What We Talk About When We Talk About Crime: An upcoming paperback original from NHE

We are thrilled to be publishing a new paperback original this September: What We Talk About When We Talk About Crime by Jennifer Fleetwood.

Over the past few decades, there has been a remarkable rise in the number of people who speak publicly about their experience of crime. These personal accounts used to be confined to the police station and the courtroom, but today bookshops heave with autobiographies and biographies of prisoners, criminals, police and barristers – from The Secret Barrister to Mindhunter – while streaming platforms host hours of content about serial killers, death-row residents, vigilantes and gang members. Podcasts such as Criminal and Serial have also hugely contributed to the popularity of the genre.

About the book and our appetite for true crime

Why has our appetite for true crime, and first-person accounts become so insatiable? British criminologist Jennifer Fleetwood is fascinated by our culture’s seeming obsession with hearing people speak about crime, and in What We Talk About When We Talk About Crime she draws eclectically on criminology, cultural studies and sociology for an in-depth and original exploration. With a wealth of specialist knowledge and experience to share with the general reader, this is not a ‘commercial’ crime book, but rather an insightful dive into the subject of true crime and crime narratives.

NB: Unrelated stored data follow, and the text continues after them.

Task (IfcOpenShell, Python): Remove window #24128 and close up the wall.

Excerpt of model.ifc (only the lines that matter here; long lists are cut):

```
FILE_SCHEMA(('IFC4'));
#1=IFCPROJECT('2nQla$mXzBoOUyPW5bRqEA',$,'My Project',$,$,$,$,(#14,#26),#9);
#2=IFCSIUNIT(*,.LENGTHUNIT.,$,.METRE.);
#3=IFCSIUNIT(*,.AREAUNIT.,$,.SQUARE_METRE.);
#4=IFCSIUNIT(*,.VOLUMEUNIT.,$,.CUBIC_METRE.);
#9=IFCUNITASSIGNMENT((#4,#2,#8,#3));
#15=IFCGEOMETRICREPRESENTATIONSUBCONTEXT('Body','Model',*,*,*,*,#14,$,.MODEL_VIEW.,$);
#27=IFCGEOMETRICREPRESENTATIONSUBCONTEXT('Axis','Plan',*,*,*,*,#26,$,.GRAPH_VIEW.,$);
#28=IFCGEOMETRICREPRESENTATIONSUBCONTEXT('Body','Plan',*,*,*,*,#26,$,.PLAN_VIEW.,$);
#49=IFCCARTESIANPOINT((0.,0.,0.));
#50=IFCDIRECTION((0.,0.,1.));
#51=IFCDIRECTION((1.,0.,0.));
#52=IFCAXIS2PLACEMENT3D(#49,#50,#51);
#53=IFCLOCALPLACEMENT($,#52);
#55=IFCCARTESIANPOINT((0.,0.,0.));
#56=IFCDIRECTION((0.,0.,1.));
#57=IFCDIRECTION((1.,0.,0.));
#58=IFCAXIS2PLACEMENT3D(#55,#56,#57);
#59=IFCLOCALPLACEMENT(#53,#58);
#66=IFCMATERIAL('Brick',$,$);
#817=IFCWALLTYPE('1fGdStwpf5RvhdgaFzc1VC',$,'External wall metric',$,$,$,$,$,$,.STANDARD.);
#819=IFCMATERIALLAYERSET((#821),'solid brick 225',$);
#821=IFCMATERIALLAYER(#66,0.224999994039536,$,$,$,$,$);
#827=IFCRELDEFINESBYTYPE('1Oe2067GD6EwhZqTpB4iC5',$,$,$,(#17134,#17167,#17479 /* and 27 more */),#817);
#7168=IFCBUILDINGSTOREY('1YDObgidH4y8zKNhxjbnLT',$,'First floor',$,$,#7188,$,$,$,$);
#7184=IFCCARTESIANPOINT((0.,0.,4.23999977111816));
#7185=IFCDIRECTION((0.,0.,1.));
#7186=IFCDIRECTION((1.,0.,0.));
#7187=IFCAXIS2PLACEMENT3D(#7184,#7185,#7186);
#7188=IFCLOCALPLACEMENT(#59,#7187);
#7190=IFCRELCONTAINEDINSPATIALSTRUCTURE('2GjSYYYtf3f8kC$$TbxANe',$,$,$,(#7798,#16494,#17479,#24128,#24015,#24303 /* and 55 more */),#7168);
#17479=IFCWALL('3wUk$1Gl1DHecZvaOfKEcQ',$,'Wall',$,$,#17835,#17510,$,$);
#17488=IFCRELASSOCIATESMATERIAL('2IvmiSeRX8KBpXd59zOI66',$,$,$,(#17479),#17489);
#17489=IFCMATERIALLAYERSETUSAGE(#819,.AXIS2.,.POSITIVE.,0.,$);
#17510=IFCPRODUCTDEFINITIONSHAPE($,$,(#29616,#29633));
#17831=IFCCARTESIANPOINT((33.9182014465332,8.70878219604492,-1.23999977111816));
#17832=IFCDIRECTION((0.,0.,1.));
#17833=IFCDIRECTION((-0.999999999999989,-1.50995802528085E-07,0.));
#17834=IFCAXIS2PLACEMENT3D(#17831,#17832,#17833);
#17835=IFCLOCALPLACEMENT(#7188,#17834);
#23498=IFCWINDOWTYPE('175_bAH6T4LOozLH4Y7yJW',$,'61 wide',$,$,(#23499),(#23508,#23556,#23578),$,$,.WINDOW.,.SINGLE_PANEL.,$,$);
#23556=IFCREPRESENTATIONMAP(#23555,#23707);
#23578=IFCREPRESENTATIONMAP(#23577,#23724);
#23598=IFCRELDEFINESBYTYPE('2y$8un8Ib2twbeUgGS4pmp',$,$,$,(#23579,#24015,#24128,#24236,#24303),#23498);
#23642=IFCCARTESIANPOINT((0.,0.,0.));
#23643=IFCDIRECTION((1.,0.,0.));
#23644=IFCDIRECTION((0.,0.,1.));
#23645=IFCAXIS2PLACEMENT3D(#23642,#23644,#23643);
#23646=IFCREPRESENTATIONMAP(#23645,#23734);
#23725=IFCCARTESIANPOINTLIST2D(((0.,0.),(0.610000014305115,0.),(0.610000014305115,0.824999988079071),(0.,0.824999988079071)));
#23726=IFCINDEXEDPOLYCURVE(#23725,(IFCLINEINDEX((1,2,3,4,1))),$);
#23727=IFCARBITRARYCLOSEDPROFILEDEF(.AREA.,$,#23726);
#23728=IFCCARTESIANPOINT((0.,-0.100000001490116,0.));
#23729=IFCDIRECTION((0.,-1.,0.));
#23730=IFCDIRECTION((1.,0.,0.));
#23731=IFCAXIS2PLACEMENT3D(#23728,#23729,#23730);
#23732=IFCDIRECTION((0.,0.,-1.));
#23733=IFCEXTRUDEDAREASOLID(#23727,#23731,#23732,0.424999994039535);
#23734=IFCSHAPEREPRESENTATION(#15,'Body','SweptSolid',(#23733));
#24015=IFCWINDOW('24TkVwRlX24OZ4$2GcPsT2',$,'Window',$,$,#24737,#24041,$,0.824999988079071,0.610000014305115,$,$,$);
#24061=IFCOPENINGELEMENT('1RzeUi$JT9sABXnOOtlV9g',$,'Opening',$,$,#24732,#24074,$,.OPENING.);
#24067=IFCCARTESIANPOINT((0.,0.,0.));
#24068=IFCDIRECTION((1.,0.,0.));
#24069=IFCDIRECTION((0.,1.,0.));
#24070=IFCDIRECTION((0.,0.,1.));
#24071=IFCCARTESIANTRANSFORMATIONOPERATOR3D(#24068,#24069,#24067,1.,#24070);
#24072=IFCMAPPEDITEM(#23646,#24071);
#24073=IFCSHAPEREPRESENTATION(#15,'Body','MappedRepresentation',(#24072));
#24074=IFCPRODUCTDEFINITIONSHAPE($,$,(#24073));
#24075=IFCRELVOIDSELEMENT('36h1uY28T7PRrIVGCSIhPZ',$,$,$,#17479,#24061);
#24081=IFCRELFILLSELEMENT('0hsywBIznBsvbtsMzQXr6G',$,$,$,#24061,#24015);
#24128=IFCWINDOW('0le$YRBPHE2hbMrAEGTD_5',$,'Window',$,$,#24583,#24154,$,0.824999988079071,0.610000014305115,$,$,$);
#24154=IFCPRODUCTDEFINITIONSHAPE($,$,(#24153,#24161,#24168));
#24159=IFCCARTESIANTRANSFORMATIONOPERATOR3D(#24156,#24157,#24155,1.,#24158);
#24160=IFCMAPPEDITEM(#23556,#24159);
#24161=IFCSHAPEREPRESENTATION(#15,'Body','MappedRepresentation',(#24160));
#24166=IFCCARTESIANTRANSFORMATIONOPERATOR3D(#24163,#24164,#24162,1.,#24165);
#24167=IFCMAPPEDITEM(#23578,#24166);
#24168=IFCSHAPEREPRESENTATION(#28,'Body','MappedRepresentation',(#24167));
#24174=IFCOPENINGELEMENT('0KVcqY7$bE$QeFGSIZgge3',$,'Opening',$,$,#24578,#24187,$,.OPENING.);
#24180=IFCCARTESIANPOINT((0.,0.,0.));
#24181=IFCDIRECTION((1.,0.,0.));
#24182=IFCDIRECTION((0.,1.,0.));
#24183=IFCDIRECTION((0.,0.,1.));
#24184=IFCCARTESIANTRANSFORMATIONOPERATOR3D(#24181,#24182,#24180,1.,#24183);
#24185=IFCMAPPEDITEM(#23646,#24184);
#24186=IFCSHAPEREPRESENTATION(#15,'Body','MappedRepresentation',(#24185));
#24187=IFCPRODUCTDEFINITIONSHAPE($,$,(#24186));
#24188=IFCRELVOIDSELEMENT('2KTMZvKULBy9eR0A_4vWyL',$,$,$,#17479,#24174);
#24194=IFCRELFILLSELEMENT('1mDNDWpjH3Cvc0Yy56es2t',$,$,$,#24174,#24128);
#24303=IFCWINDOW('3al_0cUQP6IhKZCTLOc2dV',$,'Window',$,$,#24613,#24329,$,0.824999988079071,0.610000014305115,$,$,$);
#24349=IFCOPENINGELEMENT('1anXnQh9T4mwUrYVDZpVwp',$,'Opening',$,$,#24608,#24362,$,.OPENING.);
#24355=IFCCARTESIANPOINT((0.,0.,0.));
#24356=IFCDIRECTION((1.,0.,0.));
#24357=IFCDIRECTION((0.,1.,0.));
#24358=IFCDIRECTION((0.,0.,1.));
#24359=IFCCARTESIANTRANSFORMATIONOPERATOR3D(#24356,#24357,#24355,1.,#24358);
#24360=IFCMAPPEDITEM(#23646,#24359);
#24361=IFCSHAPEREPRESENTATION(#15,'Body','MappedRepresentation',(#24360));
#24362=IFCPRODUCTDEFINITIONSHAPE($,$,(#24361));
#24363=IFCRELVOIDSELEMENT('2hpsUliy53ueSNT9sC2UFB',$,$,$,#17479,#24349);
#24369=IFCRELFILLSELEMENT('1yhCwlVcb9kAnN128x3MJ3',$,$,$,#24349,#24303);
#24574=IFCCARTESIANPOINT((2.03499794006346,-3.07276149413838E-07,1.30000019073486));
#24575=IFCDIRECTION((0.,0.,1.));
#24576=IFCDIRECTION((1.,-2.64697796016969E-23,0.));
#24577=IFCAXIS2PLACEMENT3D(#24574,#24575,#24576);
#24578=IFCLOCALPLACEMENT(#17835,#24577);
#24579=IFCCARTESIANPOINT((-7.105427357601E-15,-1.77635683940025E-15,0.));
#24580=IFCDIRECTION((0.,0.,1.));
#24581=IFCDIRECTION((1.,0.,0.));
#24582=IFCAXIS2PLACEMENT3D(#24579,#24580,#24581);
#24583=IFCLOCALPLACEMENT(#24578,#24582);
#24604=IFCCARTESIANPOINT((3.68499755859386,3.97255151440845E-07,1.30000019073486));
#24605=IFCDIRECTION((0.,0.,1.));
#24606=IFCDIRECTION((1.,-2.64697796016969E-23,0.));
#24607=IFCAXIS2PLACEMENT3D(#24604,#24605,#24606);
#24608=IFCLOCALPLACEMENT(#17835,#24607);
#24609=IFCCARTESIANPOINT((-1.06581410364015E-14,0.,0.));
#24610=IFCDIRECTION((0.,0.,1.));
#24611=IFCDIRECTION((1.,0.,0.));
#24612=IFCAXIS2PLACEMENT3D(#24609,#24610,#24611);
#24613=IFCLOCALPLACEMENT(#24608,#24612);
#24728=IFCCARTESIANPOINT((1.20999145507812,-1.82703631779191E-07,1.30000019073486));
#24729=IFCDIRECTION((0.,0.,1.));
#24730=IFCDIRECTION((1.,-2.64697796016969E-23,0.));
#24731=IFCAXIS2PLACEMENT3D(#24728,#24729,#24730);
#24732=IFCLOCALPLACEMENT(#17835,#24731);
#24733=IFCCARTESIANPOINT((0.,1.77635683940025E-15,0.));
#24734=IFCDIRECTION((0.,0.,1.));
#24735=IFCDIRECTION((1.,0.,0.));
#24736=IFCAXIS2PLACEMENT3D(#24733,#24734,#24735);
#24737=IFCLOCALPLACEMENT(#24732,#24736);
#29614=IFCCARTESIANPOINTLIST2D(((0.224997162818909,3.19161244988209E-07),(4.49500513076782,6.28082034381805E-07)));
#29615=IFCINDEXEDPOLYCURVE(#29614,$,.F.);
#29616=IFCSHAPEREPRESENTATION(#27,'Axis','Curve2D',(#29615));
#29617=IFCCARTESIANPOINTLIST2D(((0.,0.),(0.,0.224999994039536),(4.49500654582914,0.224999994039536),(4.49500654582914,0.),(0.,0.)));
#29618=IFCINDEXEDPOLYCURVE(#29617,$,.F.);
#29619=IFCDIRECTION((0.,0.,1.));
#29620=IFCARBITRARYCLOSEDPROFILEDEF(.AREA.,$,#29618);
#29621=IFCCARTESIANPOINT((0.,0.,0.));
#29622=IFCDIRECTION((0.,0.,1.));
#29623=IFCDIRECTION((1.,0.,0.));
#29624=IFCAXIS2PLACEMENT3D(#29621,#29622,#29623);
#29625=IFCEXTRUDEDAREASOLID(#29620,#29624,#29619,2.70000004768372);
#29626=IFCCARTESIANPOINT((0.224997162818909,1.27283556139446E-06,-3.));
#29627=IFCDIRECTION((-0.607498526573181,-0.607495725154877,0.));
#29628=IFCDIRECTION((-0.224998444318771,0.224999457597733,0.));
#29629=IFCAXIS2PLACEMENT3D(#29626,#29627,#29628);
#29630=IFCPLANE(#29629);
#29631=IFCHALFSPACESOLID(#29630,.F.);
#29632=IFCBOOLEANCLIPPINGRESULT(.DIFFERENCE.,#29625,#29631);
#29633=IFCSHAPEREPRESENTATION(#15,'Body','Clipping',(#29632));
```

```python
import ifcopenshell
import ifcopenshell.api.feature
import ifcopenshell.api.root
import ifcopenshell.geom
import ifcopenshell.util.shape

model = ifcopenshell.open("model.ifc")
settings = ifcopenshell.geom.settings()


def volume(element):
    """Net volume in cubic metres, openings subtracted."""
    shape = ifcopenshell.geom.create_shape(settings, element)
    return ifcopenshell.util.shape.get_volume(shape.geometry)


window = model.by_guid("0le$YRBPHE2hbMrAEGTD_5")
opening = window.FillsVoids[0].RelatingOpeningElement
wall = opening.VoidsElements[0].RelatingBuildingElement
before = volume(wall)

ifcopenshell.api.root.remove_product(model, product=window)
ifcopenshell.api.feature.remove_feature(model, feature=opening)

after = volume(wall)

print(f"wall volume {before:.3f} -> {after:.3f} m3")

model.write("model_rev.ifc")
```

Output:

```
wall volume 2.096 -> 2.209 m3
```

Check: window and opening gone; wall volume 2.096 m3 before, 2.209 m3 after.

Examining seven high-profile crime stories – including Howard Marks’s outlandish autobiography Mr Nice, Shamima Begum’s controversial Times interview, Prince Andrew’s disastrous Newsnight appearance, the shocking revelations in The Real Mo Farah, and Myra Hindley’s unpublished prison letters – Fleetwood sheds light on a subject that affects us all, yet is usually only discussed in academic circles in such detail.

About the author

Jennifer Fleetwood is a Senior Lecturer in Criminology at the University of Goldsmiths, London. Her previous research monograph Drug Mules: Women in the International Cocaine Trade (Palgrave MacMillan, 2014) won the British Society of Criminology best book award in 2015. She has written for Vice, the Conversation and the Independent.